[Data excerpts]
════════════════
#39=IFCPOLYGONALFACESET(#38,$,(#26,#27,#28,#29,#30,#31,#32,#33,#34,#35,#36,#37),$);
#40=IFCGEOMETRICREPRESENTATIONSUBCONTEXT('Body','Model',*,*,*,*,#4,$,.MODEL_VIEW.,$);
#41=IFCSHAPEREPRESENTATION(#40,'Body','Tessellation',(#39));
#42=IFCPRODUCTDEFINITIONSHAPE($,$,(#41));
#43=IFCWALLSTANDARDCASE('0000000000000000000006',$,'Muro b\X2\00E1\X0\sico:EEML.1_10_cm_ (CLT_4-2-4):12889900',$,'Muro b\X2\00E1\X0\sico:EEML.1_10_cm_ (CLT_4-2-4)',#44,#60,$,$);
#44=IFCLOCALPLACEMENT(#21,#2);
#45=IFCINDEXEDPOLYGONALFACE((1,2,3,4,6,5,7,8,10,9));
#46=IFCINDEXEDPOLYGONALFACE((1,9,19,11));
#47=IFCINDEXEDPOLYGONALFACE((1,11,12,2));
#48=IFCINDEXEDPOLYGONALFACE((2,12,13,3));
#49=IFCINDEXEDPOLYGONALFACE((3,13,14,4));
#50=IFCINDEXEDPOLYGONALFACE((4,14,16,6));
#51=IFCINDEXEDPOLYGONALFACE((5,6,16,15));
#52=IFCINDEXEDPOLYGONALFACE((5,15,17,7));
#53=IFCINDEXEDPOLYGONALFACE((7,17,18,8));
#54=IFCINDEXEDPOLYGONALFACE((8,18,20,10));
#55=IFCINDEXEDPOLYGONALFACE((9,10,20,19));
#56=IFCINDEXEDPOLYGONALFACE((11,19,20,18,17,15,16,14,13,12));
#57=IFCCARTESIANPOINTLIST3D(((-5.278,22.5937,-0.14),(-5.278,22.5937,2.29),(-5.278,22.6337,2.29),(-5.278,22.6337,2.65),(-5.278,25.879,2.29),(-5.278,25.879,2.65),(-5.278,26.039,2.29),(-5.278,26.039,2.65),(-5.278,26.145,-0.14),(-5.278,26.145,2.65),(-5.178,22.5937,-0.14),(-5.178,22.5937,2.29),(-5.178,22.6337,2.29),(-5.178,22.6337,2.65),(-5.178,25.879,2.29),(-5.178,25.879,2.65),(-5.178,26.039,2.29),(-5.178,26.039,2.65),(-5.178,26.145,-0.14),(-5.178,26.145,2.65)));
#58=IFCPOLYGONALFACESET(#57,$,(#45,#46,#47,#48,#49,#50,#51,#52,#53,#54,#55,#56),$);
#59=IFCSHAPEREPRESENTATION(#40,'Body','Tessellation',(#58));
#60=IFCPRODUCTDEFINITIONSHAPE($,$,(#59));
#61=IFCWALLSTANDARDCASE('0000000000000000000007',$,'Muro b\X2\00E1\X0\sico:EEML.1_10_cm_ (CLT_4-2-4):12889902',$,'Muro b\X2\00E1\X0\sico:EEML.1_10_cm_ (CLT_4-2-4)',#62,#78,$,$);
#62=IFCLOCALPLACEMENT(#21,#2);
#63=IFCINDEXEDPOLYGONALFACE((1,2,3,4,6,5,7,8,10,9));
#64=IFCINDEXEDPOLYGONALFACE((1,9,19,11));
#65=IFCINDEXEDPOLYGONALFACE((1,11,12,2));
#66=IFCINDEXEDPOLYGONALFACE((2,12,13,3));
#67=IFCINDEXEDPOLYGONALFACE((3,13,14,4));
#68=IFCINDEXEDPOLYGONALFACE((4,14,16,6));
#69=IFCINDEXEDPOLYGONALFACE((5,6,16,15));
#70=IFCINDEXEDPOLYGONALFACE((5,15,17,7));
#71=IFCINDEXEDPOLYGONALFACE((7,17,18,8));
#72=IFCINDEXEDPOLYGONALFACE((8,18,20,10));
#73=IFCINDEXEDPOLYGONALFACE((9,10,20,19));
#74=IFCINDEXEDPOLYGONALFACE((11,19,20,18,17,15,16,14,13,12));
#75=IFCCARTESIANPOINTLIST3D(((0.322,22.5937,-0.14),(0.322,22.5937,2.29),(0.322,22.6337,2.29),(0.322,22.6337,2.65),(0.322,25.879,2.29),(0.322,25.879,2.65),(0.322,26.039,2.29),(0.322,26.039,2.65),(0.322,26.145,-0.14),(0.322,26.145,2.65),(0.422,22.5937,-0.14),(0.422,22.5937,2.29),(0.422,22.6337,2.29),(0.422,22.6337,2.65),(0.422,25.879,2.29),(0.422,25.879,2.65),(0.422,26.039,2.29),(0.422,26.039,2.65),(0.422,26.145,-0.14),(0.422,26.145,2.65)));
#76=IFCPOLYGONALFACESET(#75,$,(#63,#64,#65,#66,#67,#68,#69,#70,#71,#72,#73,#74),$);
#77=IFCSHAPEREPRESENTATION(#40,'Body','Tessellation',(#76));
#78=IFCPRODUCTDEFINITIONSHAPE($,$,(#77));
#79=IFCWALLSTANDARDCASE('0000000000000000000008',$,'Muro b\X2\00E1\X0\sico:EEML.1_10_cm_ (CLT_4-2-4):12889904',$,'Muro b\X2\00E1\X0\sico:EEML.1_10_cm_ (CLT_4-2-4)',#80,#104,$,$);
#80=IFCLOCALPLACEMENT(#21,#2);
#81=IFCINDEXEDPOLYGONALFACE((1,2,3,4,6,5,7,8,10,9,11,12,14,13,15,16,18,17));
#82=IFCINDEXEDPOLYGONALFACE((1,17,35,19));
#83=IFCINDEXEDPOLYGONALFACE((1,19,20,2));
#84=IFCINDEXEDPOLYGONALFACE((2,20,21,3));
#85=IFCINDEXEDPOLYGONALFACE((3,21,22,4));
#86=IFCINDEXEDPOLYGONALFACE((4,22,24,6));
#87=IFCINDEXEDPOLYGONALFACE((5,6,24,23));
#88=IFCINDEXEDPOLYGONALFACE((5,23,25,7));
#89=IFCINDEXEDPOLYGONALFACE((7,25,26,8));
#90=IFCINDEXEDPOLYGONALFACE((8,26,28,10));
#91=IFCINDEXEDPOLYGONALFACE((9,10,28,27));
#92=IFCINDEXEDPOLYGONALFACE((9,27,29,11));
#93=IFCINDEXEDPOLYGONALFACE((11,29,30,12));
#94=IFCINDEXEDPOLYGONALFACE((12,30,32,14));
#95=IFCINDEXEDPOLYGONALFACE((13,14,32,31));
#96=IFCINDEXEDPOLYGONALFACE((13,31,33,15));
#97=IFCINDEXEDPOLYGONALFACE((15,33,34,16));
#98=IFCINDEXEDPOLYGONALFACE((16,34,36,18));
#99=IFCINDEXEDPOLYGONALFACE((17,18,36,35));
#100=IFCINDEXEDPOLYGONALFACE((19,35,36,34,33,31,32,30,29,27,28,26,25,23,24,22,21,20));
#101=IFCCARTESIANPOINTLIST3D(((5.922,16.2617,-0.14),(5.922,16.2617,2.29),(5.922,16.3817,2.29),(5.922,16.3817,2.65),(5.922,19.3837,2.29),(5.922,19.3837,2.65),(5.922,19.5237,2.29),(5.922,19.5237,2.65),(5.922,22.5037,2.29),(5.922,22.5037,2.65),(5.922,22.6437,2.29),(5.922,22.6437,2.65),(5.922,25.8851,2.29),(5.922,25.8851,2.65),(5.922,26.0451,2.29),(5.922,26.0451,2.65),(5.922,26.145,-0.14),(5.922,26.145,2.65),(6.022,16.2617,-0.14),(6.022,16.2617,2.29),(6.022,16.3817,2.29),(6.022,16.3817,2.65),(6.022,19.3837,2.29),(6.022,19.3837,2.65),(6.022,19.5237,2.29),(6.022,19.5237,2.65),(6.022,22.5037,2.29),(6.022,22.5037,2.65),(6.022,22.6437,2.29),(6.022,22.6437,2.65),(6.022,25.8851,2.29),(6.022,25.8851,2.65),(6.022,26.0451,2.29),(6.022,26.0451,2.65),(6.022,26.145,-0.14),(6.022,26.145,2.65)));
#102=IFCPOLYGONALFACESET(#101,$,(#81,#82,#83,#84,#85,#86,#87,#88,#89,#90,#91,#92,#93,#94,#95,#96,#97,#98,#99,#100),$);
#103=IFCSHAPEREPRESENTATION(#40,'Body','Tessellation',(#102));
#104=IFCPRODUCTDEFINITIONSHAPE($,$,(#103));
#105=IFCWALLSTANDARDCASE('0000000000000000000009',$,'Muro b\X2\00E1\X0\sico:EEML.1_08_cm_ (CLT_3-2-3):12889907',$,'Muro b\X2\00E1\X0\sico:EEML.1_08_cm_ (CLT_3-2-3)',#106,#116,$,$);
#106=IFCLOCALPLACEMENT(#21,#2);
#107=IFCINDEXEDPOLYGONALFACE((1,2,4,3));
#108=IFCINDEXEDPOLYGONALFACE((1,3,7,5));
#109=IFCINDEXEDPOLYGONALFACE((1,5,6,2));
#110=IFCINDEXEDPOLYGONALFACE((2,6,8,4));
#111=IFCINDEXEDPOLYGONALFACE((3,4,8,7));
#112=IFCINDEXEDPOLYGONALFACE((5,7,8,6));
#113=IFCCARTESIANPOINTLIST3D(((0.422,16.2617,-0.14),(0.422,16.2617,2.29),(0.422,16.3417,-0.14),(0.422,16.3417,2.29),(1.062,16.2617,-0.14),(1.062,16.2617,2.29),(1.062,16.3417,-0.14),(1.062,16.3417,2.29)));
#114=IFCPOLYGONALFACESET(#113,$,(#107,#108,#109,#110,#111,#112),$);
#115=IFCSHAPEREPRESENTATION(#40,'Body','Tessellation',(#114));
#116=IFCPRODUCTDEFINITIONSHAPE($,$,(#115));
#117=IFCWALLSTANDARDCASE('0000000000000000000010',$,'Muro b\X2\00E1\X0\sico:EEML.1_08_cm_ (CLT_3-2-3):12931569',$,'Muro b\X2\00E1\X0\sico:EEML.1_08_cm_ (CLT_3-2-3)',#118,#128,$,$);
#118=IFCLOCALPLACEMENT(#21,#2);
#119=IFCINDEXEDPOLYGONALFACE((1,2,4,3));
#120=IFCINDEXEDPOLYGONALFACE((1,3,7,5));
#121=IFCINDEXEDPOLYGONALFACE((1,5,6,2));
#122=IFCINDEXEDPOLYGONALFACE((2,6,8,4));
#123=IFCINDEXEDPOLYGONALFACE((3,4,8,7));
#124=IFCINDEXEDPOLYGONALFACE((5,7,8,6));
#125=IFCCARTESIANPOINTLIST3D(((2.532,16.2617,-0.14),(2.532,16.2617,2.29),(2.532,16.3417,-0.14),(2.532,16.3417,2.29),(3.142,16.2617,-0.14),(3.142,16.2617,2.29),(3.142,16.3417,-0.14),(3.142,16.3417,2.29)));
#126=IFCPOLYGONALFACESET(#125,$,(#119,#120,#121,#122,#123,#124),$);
════════════════
**Task objective:** Once the line with "#104=IFCPRODUCTDEFINITIONSHAPE($,$,(#103));" is found in the records above, print exactly that line and every line after it through the line with "#112=IFCINDEXEDPOLYGONALFACE((5,7,8,6));".

**Answer to the exercise:**
#104=IFCPRODUCTDEFINITIONSHAPE($,$,(#103));
#105=IFCWALLSTANDARDCASE('0000000000000000000009',$,'Muro b\X2\00E1\X0\sico:EEML.1_08_cm_ (CLT_3-2-3):12889907',$,'Muro b\X2\00E1\X0\sico:EEML.1_08_cm_ (CLT_3-2-3)',#106,#116,$,$);
#106=IFCLOCALPLACEMENT(#21,#2);
#107=IFCINDEXEDPOLYGONALFACE((1,2,4,3));
#108=IFCINDEXEDPOLYGONALFACE((1,3,7,5));
#109=IFCINDEXEDPOLYGONALFACE((1,5,6,2));
#110=IFCINDEXEDPOLYGONALFACE((2,6,8,4));
#111=IFCINDEXEDPOLYGONALFACE((3,4,8,7));
#112=IFCINDEXEDPOLYGONALFACE((5,7,8,6));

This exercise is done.